Nonetheless UK Uncut is a fascinating development–not about tax refusal or resistance as many previous tax-centred protests such as those above, but public activism in order to get other people to pay more tax.
Also the fact that the chosen space of the UK Uncut protest is the shop itself–not in the street, or a march winding up at a public park for a rally, say–but within the shop, is important. There is an effort to blockade, to obstruct, a normal everyday place where financial exchange and profit-making happens: in the shop. Our national leisure activity and even our sense of national identity (‘a nation of shopkeepers’) is nudged, ever so slightly. Fascinating. I’m not sure how anti-consumerist this is–it’s not a ‘Buy Nothing Day’-style campaign as a radical critique of consumption. And yet in another way it does strike at the very transactional heart of capital, at the micro-moment when money changes hands. Because it’s about the international tax avoidance strategies of major companies, and what is seen as their over-cosy relationship with government and HM Revenue, the campaign aims to widen its target too: national government cuts, transnational capital business arrangements.
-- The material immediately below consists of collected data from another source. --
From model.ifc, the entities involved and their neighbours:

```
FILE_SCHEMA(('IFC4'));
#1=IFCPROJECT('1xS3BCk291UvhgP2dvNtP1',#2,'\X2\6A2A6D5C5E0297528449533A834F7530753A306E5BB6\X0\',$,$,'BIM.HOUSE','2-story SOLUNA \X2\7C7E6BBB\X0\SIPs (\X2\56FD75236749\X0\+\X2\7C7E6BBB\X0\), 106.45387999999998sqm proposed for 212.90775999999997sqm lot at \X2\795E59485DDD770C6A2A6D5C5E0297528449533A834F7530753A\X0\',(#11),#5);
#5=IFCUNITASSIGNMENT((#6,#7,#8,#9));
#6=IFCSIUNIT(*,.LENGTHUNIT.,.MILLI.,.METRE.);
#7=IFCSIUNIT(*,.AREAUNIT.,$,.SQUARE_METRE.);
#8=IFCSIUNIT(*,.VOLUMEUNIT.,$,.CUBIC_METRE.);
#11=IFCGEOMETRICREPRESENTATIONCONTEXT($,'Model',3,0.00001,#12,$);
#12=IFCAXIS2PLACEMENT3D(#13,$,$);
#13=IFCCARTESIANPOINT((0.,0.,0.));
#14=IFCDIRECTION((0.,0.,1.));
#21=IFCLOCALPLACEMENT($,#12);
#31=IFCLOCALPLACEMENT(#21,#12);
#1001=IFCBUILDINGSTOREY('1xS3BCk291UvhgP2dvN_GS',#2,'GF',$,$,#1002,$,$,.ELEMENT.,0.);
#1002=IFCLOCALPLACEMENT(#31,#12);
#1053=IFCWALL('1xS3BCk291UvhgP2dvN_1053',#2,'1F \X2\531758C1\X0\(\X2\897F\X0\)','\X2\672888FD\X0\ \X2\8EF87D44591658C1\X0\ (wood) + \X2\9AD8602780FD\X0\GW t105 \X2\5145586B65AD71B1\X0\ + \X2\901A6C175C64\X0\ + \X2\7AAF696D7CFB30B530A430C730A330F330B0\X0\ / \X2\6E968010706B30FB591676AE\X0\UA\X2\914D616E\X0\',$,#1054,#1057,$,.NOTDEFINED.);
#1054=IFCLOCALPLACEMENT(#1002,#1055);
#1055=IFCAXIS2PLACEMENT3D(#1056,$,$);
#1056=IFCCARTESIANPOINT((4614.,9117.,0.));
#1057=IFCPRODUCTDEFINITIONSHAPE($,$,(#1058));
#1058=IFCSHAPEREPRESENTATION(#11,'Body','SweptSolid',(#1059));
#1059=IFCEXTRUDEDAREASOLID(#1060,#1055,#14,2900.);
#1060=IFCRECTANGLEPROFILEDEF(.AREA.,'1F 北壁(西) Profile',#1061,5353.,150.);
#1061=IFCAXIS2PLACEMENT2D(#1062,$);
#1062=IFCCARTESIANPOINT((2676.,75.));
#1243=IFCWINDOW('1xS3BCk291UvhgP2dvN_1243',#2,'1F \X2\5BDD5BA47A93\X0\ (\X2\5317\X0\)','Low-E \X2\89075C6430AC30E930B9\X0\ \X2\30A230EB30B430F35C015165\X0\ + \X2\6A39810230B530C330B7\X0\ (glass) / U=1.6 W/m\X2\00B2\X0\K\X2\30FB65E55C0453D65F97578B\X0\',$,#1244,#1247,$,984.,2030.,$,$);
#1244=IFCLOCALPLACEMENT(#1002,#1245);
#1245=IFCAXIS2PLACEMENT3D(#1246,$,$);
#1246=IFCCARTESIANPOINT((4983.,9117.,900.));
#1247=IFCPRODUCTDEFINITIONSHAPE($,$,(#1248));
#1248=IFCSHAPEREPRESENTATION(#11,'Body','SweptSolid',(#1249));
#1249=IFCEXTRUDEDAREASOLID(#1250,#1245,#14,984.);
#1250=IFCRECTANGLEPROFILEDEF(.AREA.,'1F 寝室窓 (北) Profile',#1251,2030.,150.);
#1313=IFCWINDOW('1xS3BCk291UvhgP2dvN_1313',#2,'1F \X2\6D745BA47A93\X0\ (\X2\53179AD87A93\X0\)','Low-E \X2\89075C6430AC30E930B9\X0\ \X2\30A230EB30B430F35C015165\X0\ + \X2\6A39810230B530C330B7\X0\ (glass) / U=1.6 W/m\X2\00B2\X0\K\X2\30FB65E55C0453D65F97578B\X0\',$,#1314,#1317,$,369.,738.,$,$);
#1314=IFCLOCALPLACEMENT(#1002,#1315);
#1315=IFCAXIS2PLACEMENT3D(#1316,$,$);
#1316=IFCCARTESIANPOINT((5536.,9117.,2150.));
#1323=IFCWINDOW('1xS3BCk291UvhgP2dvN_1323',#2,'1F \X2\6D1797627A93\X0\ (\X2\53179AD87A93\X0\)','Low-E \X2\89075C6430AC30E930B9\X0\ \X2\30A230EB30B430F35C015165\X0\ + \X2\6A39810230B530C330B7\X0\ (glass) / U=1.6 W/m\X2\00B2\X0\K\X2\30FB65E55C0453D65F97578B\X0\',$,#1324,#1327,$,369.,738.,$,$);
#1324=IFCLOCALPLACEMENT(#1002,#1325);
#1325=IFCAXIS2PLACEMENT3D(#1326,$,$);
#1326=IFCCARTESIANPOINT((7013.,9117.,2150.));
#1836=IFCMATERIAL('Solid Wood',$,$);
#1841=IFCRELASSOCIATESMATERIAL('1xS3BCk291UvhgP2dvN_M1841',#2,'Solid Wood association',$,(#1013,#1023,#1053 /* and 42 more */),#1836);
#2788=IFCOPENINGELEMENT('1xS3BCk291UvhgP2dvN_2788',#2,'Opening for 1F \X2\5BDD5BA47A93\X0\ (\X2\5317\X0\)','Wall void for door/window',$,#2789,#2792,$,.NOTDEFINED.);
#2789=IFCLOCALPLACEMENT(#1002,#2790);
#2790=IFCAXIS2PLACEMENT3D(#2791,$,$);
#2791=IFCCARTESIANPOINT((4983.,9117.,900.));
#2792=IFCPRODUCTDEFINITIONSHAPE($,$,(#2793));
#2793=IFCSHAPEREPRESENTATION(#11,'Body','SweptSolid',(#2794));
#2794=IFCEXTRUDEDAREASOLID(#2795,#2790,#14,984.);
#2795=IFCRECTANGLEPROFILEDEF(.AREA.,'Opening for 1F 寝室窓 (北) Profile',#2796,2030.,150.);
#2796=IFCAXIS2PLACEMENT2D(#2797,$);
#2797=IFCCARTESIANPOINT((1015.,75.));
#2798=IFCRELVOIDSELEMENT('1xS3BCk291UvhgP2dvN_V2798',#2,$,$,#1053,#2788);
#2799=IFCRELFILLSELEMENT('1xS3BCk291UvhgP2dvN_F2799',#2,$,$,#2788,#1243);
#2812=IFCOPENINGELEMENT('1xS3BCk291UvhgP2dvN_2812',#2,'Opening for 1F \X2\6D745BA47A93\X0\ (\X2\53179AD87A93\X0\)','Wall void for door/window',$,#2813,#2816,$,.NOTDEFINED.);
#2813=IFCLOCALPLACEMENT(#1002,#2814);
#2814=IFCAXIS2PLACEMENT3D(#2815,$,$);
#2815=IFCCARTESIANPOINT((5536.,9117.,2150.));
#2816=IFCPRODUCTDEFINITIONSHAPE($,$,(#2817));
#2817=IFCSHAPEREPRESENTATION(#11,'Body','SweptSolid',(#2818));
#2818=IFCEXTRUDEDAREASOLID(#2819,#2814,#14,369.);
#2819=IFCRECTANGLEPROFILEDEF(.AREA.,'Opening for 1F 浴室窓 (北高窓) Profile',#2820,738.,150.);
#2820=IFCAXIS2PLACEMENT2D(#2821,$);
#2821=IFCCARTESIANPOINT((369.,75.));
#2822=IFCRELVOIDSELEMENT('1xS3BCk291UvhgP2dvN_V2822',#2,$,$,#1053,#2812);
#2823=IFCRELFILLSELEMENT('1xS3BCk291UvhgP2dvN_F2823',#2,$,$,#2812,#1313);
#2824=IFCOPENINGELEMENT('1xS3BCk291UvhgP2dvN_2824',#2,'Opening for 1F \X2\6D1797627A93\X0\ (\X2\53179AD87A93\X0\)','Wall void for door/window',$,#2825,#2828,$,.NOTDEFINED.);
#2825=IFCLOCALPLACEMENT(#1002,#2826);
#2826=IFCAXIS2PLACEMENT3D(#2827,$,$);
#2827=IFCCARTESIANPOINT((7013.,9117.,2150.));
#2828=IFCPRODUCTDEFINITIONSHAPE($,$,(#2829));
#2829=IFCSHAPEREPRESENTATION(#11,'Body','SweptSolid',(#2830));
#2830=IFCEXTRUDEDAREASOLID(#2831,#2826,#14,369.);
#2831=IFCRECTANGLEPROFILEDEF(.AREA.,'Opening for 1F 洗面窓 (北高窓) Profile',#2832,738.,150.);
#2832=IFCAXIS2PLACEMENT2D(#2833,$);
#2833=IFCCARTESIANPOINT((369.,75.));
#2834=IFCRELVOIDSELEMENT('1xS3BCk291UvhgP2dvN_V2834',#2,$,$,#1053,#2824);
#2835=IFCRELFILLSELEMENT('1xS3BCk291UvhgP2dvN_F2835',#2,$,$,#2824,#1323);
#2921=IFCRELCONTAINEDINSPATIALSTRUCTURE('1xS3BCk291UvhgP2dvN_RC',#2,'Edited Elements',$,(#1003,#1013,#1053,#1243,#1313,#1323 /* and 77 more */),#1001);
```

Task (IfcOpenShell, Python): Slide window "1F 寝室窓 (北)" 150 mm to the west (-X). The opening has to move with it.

```python
import ifcopenshell
import ifcopenshell.api.geometry
import ifcopenshell.util.placement

model = ifcopenshell.open("model.ifc")

window = model.by_guid("1xS3BCk291UvhgP2dvN_1243")
opening = window.FillsVoids[0].RelatingOpeningElement
wall = opening.VoidsElements[0].RelatingBuildingElement

wall_matrix = ifcopenshell.util.placement.get_local_placement(wall.ObjectPlacement)
shift = wall_matrix[:3, 0] * -150.0
before = ifcopenshell.util.placement.get_local_placement(window.ObjectPlacement)[:3, 3].copy()

# The window is not placed relative to its opening, so move both.
for product in (opening, window):
    matrix = ifcopenshell.util.placement.get_local_placement(product.ObjectPlacement)
    matrix[:3, 3] += shift
    ifcopenshell.api.geometry.edit_object_placement(model, product=product, matrix=matrix, is_si=False)

after = ifcopenshell.util.placement.get_local_placement(window.ObjectPlacement)[:3, 3]
print("window moved by", (after - before).round(3) + 0.0)

model.write("model_edited.ifc")
```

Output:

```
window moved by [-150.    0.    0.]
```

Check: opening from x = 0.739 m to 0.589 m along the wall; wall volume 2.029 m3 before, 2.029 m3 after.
I’m also interested in expanding on these areas:
–Are we at a tipping point regarding levels of anger and discontent among Britons that could see a return to violent protest on a scale not seen since 19xx? Hmm. There is ‘violence’ (your word) and ‘violence’ in politics–a short urban riot, possibly even one that seems to be encouraged by some controversial police crowd control methods, is hugely different to, say, the use of the bullet in Northern Ireland–but in recent decades each has been a form of violent protest. We need to be careful in our terminology here [and aware of distinctions]. But I do acknowledge the extraordinary event of a member of the royal family being assaulted in a demonstration–that story shot around the world’s media as a microcosm of the current state of turmoil in British society. Does that mean Class War and Bash the Rich events are going to make a comeback, as in the Thatcher years? We have already seen reporting of radicals organising protests against the forthcoming royal wedding. At the same time,… as the peace activist whispering in my ear has just pointed out, the greatest violence Britons are involved in currently is a state-sanctioned war.
But there could be an alternative coalition which organises itself to harness the discontent and anger–across the public services, trade unions, students and schoolchildren, the disabled, all the kinds of groups feeling targetted by government policies. As one tweet put it on UK Uncut’s website today: ‘Only 7 weeks to mobilise 1 million united people onto the street[s] of London on March 26th’.
—What’s your greatest concern about all this? My concern is that the campaign as it develops, and assuming it expands, will not be listened to by the government–a little like when one million people marched through London against the war in the biggest street protest ever in Britain, and the government ignored them. That’s a real danger for democracy as a general system because democracy is refreshed and revitalised by protest, a government is kept on its toes by people on the streets. And there is a tremendous groundswell of interest in politics which at the moment no established political party seems capable of harnessing. While we regularly bemoan the public’s apathy towards politics, here is in fact a wide-ranging set of groups and campaigns with energy and drive, many of whom might never have been involved before. For the political process, its discourses and actions, that ought to be a positive situation.